O materialismo exacerbado do século 20 teve sua contrapartida na busca espiritual, como sempre acontece quando há um desequilíbrio entre opostos. Nas décadas de 60 e 70, os jovens descobriram as religiões orientais, a ioga e suas diversas formas de meditação. Desde então, o número de pessoas que fazem meditação no mundo não para de crescer.

Como surgiu a Oração Centrante?

Na Igreja Católica, meditação e contemplação estavam associadas à vida monástica. Incentivados pelo Concílio Vaticano II, que exortava a Igreja a se expressar numa linguagem contemporânea, os monges trapistas americanos Thomas Keating, Basil Pennington e William Meninger perceberam que essa forma de oração, enraizada na tradição contemplativa da Igreja, poderia ser apresentada de forma acessível às pessoas e aos jovens de hoje atraídos pelas práticas religiosas do Oriente.

(Na foto acima, Dom Basil Pennington com Sérgio de Morais no Mosteiro de São Bento do Rio de Janeiro, em 1998).

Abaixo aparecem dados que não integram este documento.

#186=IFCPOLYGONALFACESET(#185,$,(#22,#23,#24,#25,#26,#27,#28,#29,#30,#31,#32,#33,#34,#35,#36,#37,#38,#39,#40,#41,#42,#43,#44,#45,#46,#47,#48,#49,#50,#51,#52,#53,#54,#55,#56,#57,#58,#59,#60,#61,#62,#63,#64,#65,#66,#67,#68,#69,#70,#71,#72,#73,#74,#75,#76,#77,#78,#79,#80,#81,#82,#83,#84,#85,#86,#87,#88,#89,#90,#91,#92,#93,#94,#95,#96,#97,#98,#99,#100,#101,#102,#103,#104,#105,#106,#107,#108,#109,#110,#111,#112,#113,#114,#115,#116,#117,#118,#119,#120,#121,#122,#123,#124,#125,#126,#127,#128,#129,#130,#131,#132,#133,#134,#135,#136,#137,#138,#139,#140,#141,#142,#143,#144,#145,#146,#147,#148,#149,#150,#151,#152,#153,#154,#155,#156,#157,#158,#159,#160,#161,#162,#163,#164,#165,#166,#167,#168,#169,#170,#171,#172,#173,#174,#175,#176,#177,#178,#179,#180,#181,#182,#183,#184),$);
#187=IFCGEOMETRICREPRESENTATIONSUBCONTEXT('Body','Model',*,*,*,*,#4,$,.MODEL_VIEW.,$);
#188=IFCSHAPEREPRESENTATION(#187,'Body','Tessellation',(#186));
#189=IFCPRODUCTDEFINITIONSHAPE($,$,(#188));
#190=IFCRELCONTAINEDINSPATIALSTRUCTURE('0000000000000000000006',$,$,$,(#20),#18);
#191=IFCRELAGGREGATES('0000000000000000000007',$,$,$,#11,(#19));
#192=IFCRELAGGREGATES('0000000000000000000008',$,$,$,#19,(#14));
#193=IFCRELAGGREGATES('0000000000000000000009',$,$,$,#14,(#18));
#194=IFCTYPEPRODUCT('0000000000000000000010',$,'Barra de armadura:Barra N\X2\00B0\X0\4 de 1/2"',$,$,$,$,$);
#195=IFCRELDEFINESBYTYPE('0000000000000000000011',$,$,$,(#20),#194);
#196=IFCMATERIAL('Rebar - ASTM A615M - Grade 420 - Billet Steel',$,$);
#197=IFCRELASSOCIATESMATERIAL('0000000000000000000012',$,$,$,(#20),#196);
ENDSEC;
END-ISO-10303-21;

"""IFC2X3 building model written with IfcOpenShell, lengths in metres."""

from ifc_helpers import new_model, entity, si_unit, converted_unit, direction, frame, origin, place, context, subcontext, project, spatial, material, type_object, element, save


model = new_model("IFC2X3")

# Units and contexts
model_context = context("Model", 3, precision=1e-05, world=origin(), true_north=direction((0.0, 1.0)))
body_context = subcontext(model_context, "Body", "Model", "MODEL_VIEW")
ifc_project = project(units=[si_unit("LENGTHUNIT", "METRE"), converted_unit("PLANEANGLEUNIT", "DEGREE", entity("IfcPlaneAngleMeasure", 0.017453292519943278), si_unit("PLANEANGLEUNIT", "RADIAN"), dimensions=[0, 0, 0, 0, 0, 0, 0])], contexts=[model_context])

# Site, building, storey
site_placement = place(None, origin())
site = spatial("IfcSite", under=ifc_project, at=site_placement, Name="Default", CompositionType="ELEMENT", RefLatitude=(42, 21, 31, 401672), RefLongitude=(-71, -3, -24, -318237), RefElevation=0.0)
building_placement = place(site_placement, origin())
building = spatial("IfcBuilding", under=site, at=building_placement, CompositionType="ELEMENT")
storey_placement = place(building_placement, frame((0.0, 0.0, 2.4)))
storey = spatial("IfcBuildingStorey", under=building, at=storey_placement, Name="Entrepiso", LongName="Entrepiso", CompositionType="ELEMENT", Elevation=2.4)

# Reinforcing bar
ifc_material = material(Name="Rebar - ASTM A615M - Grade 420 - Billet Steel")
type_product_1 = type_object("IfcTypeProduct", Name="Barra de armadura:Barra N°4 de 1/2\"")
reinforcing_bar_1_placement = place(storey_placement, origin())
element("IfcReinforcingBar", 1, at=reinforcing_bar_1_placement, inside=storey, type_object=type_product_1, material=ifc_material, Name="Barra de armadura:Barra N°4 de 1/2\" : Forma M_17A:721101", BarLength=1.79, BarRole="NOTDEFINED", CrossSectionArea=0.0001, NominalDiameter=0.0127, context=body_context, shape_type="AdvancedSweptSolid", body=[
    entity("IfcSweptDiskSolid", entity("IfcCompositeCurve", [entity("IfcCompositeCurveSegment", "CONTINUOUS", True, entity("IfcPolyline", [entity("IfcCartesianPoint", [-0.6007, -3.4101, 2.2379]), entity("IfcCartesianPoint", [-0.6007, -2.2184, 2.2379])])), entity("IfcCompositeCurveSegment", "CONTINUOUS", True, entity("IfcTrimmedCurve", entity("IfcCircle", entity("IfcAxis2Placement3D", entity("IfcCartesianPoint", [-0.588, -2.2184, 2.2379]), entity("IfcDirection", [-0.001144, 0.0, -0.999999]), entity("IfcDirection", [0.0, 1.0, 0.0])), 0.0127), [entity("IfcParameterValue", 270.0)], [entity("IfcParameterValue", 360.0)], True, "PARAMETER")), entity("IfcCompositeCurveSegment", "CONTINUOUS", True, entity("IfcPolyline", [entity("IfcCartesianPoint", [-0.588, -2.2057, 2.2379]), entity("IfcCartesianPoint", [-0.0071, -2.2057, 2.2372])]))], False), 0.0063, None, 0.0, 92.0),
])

Como antes informado, Dom Basil foi um dos três mestres históricos da Oração Centrante – e o primeiro a visitar o Brasil, cumprindo programa de retiros e/ou palestras no Rio de Janeiro, São Paulo, Recife / Olinda e no Mosteiro Trapista de Campo do Tenente, PR ).

A Oração Centrante é uma forma de meditação?

De fato há muitas características que justificariam essa classificação, mas evitamos o nome meditação porque na tradição cristã essa palavra está associada à reflexão. A Lectio Divina (leitura contemplativa das Escrituras), uma prática muito antiga que nós também ensinamos, inclui uma etapa (meditatio) em que meditamos (isto é, refletimos) sobre o texto lido. Mas quem quiser usar essa denominação deve considerar a OC como uma correspondente genuinamente cristã (não uma adaptação) da meditação oriental, com quase 700 anos de prática pelas comunidades monásticas.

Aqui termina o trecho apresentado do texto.